Quantification of flow cytometry detection of apoptosis and necrosis in LM8 cells treated with LIPUS for 48 h. Flow cytometry analysis indicated that LM8 cells treated with LIPUS had significantly higher numbers of apoptotic and necrotic cells compared with untreated cells (apoptotic cells, P<0.0001; necrotic cells, P=0.0091). LIPUS, low-intensity pulsed ultrasound; PI, propidium iodide.

Figure 6.

Representative image of terminal deoxynucleotidyl transferase dUTP nick end labeling staining of LM8 cells, with or without low-intensity pulsed ultrasound treatment.

Figure 7.

Rate of TUNEL-positive cells. TUNEL staining revealed that LM8 cells treated with LIPUS had significantly higher numbers of apoptotic cells compared with untreated cells (P<0.0001). TUNEL, terminal deoxynucleotidyl transferase dUTP nick end labeling; LIPUS, low-intensity pulsed ultrasound.

Figure 8.

Representative image of a stress and apoptosis signaling protein array following the treatment of LM8 cells with or without low-intensity pulsed ultrasound for 48 h. X, blank spot; p-, phosphorylated; ERK, mitogen-activated protein kinase; MAPK, mitogen-activated protein kinase; SAPK/JNK, mitogen-activated protein kinase 8; IκBα, NFκB inhibitor α; eIF2α, eukaryotic translation initiation factor 2α; TAK1, mitogen-activated protein kinase 7; Chk1, checkpoint kinase 1; Bad, Bcl-2-associated agonist of cell death.

Figure 9.

Effects on comprehensive intracellular signaling following LIPUS treatment for 24 h.

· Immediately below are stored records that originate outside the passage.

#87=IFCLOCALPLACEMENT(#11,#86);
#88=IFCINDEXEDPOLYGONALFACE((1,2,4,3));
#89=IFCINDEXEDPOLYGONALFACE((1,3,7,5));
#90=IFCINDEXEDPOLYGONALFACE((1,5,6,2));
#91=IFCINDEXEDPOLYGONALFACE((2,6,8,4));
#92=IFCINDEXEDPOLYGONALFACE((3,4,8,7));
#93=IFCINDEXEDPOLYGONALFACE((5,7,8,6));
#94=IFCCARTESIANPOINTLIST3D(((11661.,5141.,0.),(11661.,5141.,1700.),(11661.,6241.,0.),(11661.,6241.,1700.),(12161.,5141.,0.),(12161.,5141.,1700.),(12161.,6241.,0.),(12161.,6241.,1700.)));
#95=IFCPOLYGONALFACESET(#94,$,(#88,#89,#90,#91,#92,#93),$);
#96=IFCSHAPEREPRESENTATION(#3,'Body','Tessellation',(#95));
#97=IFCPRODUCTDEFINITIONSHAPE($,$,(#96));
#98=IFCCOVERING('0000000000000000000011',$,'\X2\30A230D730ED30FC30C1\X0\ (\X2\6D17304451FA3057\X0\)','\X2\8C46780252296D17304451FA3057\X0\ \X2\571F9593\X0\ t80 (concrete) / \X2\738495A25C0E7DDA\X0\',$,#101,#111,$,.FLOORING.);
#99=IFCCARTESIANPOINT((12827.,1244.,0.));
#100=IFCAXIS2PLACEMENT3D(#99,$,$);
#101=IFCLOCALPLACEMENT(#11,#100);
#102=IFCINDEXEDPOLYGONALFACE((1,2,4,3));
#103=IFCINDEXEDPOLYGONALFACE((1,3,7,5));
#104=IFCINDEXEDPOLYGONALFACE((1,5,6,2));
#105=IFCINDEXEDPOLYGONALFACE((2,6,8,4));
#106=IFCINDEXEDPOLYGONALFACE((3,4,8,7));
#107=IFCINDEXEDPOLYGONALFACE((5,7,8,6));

LM8 cells were treated with LIPUS for 24 h, resulting in a significant increase in p-ERK1/2, p-Akt, and IκBα levels (p-ERK1/2, P<0.0001; p-Akt, P<0.0001; IκBα, P<0.0001) and a decrease in p-TAK1 and p-Chk1 levels (p-TAK1, P<0.0001; p-Chk1, P=0.0006). There was no effect on p-Bad levels (P=0.6926). LIPUS, low-intensity pulsed ultrasound; ERK1/2, mitogen-activated protein kinase 3/1; IκBα, NFκB inhibitor α; TAK1, mitogen-activated protein kinase 7; Chk1, checkpoint kinase 1; Bad, Bcl-2-associated agonist of cell death.

Figure 10.

Effects on intracellular signaling following LIPUS treatment for 48 h. LM8 cells were treated with LIPUS for 48 h, resulting in a significant increase in p-Akt and IκBα levels (p-Akt, P<0.0001; IκBα, P=0.0001) and a decrease in p-TAK1 and p-Chk1 levels (p-TAK1, P<0.0001; p-Chk1, P=0.0008). There were no effects on p-ERK1/2 or p-Bad levels (p-ERK1/2, P=0.2437; Bad, P=0.9837). LIPUS, low-intensity pulsed ultrasound; IκBα, NFκB inhibitor α; TAK1, mitogen-activated protein kinase 7; Chk1, checkpoint kinase 1; ERK, mitogen-activated protein kinase; Bad, Bcl-2-associated agonist of cell death.